The show depicts the mundane life of Michael Small (the excellent Pearce Quigley), trapped in a mournful existence since the mysterious disappearance of girlfriend Clea seven years ago on Christmas Eve, his Manchester house piled up with her boxed possessions, the Christmas tree still up in the living room. The tedious grind of low-wage employment is effectively depicted at the DIY store where Small works, although he manages to cock a snook at management, in the shape of Mckenzie Crook’s Gordon, fated to forever come off worse in the petty upbraidings he regularly administers to his droll underling.

So far, so not entirely groundbreaking, although far wittier than anything Ricky Gervais, Crook’s old boss from The Office, has ever come up with.

All the small things

The gamechanger appears when the equally excellent Michael Palin, as Small’s dad, old people’s home resident (and possible dementia sufferer), suggests a possible solution to the mystery of Clea’s disappearance and a cure for his son’s anhedonia. His suggestion, gleaned from his time spent in Egypt on national service, is the creation of truth-prophesying “Homunculi,” who can tell Small Jnr the fate of his Inamorata. And maybe make him a few quid through sports betting.

These tiny humanoid creatures represent the nexus point of ancient thaumaturgy and science; grown in large glass bottles using (according to lore) blood, horse manure and … semen, the latter believed at the time to contain microscopic human beings.

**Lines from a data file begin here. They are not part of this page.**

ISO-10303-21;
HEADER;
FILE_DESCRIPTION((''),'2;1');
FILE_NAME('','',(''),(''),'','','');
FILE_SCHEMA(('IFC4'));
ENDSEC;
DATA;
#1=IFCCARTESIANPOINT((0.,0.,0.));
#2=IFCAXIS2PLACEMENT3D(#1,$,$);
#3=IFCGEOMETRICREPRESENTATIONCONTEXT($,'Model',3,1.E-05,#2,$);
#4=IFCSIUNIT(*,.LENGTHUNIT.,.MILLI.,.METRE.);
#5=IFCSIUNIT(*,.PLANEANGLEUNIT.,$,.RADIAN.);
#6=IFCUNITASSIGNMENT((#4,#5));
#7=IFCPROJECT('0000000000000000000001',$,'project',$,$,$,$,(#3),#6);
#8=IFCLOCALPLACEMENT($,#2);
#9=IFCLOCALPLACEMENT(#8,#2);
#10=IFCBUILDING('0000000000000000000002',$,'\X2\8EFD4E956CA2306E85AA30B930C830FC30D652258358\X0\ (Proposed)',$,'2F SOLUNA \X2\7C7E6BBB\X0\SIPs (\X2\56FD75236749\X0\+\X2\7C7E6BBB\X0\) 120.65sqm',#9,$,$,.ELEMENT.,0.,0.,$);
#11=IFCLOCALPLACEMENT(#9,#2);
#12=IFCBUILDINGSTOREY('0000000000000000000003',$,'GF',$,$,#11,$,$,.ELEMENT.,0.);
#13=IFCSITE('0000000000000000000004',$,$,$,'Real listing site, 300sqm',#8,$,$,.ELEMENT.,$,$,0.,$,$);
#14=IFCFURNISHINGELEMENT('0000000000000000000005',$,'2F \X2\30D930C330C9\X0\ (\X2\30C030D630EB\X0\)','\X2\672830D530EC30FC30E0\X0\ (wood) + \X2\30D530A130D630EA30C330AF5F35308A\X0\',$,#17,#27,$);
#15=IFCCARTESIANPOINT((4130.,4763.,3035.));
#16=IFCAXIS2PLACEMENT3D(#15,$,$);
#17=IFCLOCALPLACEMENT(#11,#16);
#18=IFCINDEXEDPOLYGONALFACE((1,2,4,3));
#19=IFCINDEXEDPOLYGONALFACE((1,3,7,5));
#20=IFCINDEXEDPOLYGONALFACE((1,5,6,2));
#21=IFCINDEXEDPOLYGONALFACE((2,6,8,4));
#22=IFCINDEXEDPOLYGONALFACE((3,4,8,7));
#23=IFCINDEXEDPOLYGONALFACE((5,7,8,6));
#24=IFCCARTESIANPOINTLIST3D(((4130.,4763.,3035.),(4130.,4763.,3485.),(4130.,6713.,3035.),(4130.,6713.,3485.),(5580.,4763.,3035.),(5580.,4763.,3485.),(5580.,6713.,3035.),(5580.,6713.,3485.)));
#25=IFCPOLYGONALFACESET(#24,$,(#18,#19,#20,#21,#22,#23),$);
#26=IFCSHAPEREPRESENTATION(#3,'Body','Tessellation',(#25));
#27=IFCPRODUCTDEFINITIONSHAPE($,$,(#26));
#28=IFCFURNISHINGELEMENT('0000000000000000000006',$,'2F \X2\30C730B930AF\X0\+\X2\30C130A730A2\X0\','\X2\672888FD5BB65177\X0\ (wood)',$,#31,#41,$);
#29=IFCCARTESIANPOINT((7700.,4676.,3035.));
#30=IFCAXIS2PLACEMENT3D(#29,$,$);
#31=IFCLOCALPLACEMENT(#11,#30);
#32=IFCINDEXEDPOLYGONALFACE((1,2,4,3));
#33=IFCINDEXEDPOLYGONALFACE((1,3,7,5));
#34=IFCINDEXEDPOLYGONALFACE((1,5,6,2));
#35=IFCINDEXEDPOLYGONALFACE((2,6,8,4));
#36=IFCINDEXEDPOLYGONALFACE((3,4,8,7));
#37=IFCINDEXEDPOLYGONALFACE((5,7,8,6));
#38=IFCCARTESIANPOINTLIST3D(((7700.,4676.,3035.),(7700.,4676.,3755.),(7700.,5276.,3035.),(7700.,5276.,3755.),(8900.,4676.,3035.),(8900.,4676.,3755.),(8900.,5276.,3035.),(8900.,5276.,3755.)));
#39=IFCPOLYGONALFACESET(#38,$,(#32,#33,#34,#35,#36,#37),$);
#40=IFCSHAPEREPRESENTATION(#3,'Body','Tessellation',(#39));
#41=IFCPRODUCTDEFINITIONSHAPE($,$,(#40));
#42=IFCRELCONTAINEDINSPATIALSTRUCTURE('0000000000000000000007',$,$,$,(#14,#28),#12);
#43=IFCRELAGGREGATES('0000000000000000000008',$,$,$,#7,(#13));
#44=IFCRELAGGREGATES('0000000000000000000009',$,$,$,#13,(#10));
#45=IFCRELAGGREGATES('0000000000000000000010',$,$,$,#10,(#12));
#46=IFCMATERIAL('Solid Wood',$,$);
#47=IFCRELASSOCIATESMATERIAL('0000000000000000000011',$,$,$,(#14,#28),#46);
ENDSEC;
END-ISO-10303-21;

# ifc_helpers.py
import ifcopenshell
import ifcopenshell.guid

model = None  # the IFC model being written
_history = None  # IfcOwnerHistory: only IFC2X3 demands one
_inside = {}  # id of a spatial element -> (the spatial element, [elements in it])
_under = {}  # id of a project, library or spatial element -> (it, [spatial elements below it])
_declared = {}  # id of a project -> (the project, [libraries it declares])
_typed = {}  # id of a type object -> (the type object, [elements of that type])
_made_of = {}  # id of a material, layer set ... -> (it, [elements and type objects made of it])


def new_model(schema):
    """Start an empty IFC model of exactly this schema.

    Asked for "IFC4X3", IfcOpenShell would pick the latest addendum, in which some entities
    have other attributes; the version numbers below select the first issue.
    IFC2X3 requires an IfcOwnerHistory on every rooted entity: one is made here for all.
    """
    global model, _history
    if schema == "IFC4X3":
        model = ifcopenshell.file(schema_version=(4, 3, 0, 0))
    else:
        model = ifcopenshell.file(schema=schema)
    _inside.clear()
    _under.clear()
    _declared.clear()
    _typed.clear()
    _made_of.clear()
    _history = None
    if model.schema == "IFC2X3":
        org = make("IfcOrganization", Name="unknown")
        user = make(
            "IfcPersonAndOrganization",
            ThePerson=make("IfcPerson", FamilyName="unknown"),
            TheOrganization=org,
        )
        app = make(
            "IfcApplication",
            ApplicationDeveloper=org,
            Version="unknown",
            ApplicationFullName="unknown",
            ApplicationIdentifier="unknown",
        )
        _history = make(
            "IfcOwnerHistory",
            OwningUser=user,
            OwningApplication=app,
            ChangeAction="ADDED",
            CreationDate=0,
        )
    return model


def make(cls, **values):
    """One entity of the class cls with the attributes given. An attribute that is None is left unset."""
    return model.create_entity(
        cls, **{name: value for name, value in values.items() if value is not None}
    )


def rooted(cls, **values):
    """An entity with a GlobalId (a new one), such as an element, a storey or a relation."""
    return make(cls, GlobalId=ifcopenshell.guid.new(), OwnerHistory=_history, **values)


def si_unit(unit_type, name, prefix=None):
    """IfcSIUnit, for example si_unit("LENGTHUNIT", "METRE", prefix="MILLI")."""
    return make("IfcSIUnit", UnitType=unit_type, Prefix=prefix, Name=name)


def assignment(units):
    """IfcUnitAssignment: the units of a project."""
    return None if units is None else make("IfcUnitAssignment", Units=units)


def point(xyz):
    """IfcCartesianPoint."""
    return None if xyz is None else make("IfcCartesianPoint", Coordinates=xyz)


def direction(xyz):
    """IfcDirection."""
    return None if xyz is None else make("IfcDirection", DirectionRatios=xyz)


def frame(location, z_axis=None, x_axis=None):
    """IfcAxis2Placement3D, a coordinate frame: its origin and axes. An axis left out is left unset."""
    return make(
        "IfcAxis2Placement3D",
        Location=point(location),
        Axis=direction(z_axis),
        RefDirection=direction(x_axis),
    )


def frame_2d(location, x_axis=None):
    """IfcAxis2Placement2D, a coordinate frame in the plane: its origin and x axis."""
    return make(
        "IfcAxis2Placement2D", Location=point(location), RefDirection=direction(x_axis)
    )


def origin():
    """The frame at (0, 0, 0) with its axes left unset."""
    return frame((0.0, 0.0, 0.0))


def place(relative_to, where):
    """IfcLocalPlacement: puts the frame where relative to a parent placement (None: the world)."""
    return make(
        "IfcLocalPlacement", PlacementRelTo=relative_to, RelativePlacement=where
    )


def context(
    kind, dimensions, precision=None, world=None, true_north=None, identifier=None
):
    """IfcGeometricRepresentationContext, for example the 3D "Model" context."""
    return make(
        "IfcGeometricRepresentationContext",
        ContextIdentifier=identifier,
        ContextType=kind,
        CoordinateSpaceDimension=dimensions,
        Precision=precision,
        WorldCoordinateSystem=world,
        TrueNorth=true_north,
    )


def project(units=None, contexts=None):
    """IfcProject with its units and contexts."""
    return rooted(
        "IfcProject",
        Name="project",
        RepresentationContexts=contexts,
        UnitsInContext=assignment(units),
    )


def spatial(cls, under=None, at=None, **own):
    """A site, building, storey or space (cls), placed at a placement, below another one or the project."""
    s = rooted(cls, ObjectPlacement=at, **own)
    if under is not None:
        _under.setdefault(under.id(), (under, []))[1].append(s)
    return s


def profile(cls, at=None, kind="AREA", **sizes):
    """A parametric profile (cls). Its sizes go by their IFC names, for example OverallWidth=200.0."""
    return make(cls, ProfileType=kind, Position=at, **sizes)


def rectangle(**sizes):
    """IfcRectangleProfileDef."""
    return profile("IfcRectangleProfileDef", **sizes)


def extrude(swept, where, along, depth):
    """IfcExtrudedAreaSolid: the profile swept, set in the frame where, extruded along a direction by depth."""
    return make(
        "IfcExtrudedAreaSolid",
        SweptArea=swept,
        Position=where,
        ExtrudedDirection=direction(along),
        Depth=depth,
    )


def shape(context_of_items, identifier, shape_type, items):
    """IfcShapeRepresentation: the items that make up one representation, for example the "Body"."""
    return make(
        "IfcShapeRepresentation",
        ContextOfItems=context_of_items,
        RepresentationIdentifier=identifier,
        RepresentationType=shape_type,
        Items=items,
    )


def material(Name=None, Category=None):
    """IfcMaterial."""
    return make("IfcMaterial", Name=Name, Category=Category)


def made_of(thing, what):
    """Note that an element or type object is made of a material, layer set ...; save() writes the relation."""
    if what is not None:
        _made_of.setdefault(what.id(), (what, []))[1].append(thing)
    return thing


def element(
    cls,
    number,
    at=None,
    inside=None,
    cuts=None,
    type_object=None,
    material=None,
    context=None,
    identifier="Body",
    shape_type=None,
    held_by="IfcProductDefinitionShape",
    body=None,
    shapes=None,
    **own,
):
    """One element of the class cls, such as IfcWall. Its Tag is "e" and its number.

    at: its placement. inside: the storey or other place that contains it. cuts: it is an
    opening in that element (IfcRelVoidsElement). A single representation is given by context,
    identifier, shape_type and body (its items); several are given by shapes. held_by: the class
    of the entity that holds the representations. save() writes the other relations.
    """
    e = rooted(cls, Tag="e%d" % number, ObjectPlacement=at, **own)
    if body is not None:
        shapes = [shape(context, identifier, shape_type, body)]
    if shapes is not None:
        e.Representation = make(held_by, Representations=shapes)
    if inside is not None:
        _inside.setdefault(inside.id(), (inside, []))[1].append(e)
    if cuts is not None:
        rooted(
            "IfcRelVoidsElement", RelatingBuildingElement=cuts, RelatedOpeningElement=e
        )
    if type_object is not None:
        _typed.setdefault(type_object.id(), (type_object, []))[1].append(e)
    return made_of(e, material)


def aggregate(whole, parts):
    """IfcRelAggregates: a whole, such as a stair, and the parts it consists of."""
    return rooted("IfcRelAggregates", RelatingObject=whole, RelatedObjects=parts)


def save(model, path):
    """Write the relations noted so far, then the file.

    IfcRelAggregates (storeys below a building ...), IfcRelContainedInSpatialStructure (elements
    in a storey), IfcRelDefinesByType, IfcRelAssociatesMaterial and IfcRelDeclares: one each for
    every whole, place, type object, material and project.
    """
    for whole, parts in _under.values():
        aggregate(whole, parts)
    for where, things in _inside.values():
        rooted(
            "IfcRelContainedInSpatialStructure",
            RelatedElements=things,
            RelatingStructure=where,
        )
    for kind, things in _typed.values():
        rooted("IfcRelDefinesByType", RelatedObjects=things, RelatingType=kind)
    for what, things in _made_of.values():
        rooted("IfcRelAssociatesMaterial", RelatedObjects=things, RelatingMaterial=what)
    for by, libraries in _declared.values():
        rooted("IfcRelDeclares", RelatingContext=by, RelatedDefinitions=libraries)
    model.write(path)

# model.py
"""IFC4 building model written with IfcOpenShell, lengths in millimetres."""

from ifc_helpers import new_model, si_unit, frame, frame_2d, origin, place, context, project, spatial, rectangle, extrude, material, element, save


model = new_model("IFC4")

# Units and contexts
model_context = context("Model", 3, precision=1e-05, world=origin())
ifc_project = project(units=[si_unit("LENGTHUNIT", "METRE", prefix="MILLI"), si_unit("PLANEANGLEUNIT", "RADIAN")], contexts=[model_context])

# Site, building, storey
site_placement = place(None, origin())
site = spatial("IfcSite", under=ifc_project, at=site_placement, ObjectType="Real listing site, 300sqm", CompositionType="ELEMENT", RefElevation=0.0)
building_placement = place(site_placement, origin())
building = spatial("IfcBuilding", under=site, at=building_placement, Name="軽井沢の薪ストーブ別荘 (Proposed)", ObjectType="2F SOLUNA 籾殻SIPs (国産杉+籾殻) 120.65sqm", CompositionType="ELEMENT", ElevationOfRefHeight=0.0, ElevationOfTerrain=0.0)
storey_placement = place(building_placement, origin())
storey = spatial("IfcBuildingStorey", under=building, at=storey_placement, Name="GF", CompositionType="ELEMENT", Elevation=0.0)

# Shared definitions
ifc_material_1 = material(Name="Solid Wood")

# Furnishing elements
furnishing_1_placement = place(storey_placement, frame((4130.0, 4763.0, 3035.0)))
element("IfcFurnishingElement", 1, at=furnishing_1_placement, inside=storey, material=ifc_material_1, Name="2F ベッド (ダブル)", Description="木フレーム (wood) + ファブリック張り", context=model_context, shape_type="SweptSolid", body=[
    extrude(rectangle(XDim=1450.0, YDim=1950.0, at=frame_2d((725.0, 975.0))), frame((4130.0, 4763.0, 3035.0)), (0.0, 0.0, 1.0), 450.0),
])
furnishing_2_placement = place(storey_placement, frame((7700.0, 4676.0, 3035.0)))
element("IfcFurnishingElement", 2, at=furnishing_2_placement, inside=storey, material=ifc_material_1, Name="2F デスク+チェア", Description="木製家具 (wood)", context=model_context, shape_type="SweptSolid", body=[
    extrude(rectangle(XDim=1200.0, YDim=600.0, at=frame_2d((600.0, 300.0))), frame((7700.0, 4676.0, 3035.0)), (0.0, 0.0, 1.0), 720.0),
])

save(model, "model.ifc")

From then on Small Prophets becomes an entirely different proposition, although still grounded in the reality of Crook’s vision on Britain’s struggling-to-get-by working classes. The impish Homunculi, who take the forms of a King, Queen and Bishop, have to be treated with respect, but as long as the correct rituals are observed, and their jars sealed, will obey their creator/master.

Slightly like the relationship between Roper (Hugh Laurie) and his needy by-blow Teddy Dos Santos (Diego Calva ) in BBC1’s recent second season of The Night Manager. I guess.

We’ve only just begun

The origins of the Homunculi began with Zosimus in the third century AD, and the alchemical writings of Paracelsus (1493-1541), with the beings and their plant-based cousins, the Mandrakes, occupying a singular place in lore, continuing to be accepted as “real” for centuries; and may still be by some, for all I know.

See also the mud-derived Golem of Taldmudic legend; looming, much larger creatures animated by the Hebrew letters of God’s name, written on paper and either inserted into the mouth or glued to the forehead of the being.

Cultural portrayals of Homunculi have hidden in plain sight over the years, in books such as Peter Ackroyd’s House of Doctor Dee (1993) and movies including Pan’s Labyrinth (2006), The League of Gentlemen’s Apocalypse (2005) and The Golden Voyage of Sinbad (1973), where Tom Baker as the evil wizard Koura creates a winged variation.

My own particular favourite movie Homunculi were represented in James Whale’s camp classic The Bride of Frankenstein (1935), where Ernest Thesiger’s oddball Doctor Pretorius shows Henry Frankenstein his Homunculi collection. Everyone has to have a hobby, I suppose.

And on TV, Tom Baker has another encounter with the Homunculi, this time as Doctor Who encounters the nasty Mr Sin (Deep Roy) a carnivorous Homunculus from the future in The Talons of Weng-Chiang.

To conclude on a suitably dystopian note, the modern-day version of the Homunculi are already with us. I speak of course about AI: the predictive, imitative, probable supplanter of humanity, originated by advanced algorithms, massive datasets and massive computational power.

Rather than blood, sperm and horse dung.